TASK DETAILS: Search the records below for "IFCINDEXEDPOLYGONALFACEWITHVOIDS"; copy each line that has it.
****************************************
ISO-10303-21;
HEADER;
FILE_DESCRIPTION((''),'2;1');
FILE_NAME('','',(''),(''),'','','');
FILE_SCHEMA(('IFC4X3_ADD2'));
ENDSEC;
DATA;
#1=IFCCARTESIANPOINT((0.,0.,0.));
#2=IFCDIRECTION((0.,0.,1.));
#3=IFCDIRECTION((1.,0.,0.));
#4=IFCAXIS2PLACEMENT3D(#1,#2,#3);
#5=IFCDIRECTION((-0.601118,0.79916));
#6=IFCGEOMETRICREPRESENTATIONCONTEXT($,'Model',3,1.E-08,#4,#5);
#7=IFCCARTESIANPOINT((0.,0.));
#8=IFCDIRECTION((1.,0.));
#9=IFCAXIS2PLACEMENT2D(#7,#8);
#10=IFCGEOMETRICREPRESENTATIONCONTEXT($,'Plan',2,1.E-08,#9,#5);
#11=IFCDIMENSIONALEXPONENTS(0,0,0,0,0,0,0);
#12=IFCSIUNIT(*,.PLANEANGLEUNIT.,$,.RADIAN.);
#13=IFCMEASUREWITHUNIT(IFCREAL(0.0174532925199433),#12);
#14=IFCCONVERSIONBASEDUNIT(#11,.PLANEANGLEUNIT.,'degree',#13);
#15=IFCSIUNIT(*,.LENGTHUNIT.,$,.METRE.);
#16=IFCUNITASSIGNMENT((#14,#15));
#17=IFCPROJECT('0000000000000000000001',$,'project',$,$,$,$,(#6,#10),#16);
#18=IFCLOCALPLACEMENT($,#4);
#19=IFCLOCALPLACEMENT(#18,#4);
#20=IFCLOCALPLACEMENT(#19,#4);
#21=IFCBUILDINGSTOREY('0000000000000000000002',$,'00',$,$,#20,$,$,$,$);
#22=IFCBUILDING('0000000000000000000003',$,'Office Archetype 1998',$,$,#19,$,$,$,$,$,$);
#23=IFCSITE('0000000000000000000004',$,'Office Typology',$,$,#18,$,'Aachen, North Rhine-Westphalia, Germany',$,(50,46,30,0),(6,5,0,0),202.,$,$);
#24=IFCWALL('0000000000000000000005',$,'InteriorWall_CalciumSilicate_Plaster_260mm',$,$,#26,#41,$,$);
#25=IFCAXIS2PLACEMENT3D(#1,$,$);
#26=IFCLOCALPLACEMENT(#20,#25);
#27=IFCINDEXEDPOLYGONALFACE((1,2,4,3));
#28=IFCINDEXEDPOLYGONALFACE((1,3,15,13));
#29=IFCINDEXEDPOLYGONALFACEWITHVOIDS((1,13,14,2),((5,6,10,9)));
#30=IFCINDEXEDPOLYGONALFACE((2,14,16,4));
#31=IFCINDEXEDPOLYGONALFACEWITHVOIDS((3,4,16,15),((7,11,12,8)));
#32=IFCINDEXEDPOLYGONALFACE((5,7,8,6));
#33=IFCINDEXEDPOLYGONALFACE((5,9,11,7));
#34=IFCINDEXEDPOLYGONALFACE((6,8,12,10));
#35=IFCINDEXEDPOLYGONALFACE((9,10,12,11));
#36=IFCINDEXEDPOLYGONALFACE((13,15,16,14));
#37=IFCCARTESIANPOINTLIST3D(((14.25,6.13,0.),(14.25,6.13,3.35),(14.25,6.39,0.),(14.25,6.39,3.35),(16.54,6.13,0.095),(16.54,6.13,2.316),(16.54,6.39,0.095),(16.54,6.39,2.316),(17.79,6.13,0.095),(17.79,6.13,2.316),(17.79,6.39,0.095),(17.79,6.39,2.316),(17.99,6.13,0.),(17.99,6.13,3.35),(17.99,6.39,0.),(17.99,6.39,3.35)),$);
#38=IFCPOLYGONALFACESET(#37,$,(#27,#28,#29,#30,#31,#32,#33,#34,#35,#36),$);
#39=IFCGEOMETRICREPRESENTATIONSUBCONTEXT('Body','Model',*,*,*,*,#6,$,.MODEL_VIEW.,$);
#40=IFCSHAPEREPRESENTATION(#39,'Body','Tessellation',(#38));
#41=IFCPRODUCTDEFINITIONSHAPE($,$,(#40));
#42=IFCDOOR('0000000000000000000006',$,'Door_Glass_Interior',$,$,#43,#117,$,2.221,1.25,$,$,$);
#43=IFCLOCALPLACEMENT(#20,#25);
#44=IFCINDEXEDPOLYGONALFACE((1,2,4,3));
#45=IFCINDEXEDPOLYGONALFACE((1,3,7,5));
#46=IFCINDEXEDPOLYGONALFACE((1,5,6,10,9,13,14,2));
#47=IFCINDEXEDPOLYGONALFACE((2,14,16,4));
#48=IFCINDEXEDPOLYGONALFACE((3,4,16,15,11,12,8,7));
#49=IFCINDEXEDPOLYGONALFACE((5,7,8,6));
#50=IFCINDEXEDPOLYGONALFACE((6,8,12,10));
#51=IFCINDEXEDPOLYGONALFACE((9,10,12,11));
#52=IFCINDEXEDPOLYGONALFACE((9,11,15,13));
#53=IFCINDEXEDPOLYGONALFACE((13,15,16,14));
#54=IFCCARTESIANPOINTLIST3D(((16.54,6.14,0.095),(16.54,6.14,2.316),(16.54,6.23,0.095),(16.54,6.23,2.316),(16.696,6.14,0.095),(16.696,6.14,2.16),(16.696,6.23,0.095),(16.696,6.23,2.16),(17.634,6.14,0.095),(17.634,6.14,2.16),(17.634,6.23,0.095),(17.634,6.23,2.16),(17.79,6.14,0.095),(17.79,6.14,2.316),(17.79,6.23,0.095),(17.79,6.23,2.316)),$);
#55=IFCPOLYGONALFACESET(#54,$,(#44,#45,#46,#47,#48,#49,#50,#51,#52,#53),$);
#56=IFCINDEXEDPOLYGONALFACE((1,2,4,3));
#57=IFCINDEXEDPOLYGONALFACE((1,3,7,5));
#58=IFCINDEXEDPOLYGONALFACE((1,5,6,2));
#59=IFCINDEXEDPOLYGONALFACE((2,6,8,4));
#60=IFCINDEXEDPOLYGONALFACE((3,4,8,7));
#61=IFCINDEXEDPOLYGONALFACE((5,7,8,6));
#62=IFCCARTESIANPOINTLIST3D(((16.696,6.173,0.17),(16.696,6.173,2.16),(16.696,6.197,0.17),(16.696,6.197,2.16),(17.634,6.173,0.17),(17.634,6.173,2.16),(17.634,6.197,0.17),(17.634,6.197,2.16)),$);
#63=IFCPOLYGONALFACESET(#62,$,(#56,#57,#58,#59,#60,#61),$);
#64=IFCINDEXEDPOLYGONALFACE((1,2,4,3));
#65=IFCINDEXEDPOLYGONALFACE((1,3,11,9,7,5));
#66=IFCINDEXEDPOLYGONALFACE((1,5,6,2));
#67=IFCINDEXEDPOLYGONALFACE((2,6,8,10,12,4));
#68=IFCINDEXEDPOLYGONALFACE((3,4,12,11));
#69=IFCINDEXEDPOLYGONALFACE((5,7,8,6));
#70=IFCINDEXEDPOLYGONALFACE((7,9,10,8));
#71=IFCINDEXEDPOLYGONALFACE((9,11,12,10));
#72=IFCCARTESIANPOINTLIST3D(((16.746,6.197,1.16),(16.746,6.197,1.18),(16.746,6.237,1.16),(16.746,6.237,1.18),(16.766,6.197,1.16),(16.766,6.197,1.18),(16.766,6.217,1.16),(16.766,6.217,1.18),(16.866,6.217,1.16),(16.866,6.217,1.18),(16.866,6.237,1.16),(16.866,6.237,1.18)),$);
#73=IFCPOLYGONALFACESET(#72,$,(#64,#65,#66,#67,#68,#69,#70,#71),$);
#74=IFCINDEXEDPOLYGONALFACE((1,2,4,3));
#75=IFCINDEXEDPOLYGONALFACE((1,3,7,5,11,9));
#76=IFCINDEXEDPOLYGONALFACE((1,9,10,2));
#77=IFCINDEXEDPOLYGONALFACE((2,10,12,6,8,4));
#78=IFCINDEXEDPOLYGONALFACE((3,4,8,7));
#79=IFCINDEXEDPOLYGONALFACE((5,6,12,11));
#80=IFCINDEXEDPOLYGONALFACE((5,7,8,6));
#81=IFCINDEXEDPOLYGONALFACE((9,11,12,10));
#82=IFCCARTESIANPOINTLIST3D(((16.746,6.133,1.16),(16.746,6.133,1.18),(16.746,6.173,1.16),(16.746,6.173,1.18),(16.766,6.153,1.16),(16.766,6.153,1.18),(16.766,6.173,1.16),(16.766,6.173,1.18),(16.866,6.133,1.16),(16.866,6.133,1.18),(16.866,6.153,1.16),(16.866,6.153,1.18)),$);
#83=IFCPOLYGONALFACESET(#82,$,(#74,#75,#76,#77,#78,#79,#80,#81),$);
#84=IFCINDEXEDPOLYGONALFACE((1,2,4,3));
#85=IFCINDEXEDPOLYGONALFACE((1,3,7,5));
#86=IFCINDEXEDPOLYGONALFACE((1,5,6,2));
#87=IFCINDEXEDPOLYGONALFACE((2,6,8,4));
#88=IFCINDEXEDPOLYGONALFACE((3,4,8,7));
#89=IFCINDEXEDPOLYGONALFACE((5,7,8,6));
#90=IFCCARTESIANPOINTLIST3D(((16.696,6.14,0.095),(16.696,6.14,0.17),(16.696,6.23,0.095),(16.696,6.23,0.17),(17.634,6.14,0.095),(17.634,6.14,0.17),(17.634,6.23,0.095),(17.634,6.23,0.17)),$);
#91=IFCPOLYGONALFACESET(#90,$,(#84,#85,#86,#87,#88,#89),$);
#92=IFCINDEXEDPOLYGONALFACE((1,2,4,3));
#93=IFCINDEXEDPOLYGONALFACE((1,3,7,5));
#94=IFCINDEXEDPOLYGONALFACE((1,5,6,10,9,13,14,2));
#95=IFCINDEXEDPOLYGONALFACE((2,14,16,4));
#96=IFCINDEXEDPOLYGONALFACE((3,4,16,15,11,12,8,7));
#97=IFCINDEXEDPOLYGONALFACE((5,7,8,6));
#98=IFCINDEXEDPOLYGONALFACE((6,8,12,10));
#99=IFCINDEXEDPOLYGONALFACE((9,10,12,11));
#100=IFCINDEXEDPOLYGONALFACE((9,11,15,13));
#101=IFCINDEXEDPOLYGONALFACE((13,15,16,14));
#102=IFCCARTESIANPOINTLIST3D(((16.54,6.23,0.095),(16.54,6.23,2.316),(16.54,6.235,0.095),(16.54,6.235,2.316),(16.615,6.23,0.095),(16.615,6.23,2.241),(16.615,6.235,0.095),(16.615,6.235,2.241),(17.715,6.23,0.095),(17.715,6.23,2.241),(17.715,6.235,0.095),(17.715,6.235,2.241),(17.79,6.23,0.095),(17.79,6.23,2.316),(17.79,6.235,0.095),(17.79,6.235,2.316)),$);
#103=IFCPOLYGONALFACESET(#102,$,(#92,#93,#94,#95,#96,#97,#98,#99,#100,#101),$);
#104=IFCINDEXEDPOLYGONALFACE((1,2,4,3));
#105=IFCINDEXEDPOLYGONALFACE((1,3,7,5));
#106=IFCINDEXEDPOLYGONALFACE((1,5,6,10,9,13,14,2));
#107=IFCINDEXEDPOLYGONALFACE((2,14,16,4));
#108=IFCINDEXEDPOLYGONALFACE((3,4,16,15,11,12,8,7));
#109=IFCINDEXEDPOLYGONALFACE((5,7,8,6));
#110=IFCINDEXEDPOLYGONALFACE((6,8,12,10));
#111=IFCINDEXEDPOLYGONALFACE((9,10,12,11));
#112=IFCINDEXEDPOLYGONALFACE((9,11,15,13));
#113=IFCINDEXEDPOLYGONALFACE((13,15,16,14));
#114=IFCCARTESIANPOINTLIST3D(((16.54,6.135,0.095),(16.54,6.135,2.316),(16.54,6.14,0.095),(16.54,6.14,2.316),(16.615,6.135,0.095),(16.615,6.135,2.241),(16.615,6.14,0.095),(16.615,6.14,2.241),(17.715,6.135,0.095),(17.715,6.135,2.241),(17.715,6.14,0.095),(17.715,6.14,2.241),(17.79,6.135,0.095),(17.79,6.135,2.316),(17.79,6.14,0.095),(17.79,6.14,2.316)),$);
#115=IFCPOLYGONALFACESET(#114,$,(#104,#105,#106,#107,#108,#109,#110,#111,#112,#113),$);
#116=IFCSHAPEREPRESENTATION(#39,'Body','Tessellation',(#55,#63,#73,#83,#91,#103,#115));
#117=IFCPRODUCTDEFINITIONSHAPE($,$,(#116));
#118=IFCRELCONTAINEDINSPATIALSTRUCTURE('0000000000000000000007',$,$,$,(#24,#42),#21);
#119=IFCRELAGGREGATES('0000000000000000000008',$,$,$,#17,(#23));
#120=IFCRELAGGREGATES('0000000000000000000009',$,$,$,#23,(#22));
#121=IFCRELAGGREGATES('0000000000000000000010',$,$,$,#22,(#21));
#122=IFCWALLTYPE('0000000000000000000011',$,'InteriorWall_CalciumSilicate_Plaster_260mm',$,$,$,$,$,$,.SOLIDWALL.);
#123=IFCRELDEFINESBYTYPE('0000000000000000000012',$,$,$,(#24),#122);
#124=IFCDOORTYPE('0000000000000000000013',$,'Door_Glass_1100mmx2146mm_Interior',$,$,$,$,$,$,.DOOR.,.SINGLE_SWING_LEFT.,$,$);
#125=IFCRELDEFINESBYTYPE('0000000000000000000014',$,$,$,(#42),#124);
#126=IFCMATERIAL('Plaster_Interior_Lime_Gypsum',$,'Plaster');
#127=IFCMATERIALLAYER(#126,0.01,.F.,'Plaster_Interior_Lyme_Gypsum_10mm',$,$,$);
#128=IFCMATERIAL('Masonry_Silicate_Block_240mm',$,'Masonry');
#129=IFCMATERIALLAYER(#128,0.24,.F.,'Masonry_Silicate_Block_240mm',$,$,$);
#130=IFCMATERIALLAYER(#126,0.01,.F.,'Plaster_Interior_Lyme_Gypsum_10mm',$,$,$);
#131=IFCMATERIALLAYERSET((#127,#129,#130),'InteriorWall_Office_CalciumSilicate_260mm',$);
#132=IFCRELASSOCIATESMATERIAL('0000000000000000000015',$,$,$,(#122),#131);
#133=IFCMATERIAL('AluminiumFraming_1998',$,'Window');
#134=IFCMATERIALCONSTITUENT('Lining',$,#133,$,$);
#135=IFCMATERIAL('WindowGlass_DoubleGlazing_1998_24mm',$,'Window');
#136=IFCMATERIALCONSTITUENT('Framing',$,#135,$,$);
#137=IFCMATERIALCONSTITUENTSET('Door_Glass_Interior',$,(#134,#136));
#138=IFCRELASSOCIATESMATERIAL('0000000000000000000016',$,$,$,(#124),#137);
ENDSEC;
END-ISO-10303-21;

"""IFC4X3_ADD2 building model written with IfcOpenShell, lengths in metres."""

from ifc_helpers import new_model, entity, si_unit, converted_unit, direction, frame, origin_with_axes, origin_2d_with_axis, place, context, subcontext, project, spatial, line, indexed_curve, outline, extrude, source, transform, mapped, material, layer, layer_set, constituent, constituent_set, type_object, type_shapes, element, fill, save


model = new_model("IFC4X3_ADD2")

# Units and contexts
model_context = context("Model", 3, precision=1e-08, world=origin_with_axes(), true_north=direction((-0.601118, 0.79916)))
plan_context = context("Plan", 2, precision=1e-08, world=origin_2d_with_axis(), true_north=direction((-0.601118, 0.79916)))
body_context = subcontext(model_context, "Body", "Model", "MODEL_VIEW")
ifc_project = project(units=[converted_unit("PLANEANGLEUNIT", "degree", entity("IfcReal", 0.0174532925199433), si_unit("PLANEANGLEUNIT", "RADIAN"), dimensions=[0, 0, 0, 0, 0, 0, 0]), si_unit("LENGTHUNIT", "METRE")], contexts=[model_context, plan_context])

# Site, building, storey
site_placement = place(None, origin_with_axes())
site = spatial("IfcSite", under=ifc_project, at=site_placement, Name="Office Typology", LongName="Aachen, North Rhine-Westphalia, Germany", RefLatitude=(50, 46, 30, 0), RefLongitude=(6, 5, 0, 0), RefElevation=202.0)
building_placement = place(site_placement, origin_with_axes())
building = spatial("IfcBuilding", under=site, at=building_placement, Name="Office Archetype 1998")
storey_placement = place(building_placement, origin_with_axes())
storey = spatial("IfcBuildingStorey", under=building, at=storey_placement, Name="00")

# Shared definitions
ifc_material_1 = material(Name="Plaster_Interior_Lime_Gypsum", Category="Plaster")
ifc_layer_1 = layer(ifc_material_1, 0.01, ventilated=False, Name="Plaster_Interior_Lyme_Gypsum_10mm")
ifc_material_2 = material(Name="Masonry_Silicate_Block_240mm", Category="Masonry")
ifc_layer_2 = layer(ifc_material_2, 0.24, ventilated=False, Name="Masonry_Silicate_Block_240mm")
ifc_layer_3 = layer(ifc_material_1, 0.01, ventilated=False, Name="Plaster_Interior_Lyme_Gypsum_10mm")
ifc_layer_set = layer_set([ifc_layer_1, ifc_layer_2, ifc_layer_3], Name="InteriorWall_Office_CalciumSilicate_260mm")
wall_type = type_object("IfcWallType", Name="InteriorWall_CalciumSilicate_Plaster_260mm", PredefinedType="SOLIDWALL", material=ifc_layer_set)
****************************************
COMPLETED EXERCISE:
#29=IFCINDEXEDPOLYGONALFACEWITHVOIDS((1,13,14,2),((5,6,10,9)));
#31=IFCINDEXEDPOLYGONALFACEWITHVOIDS((3,4,16,15),((7,11,12,8)));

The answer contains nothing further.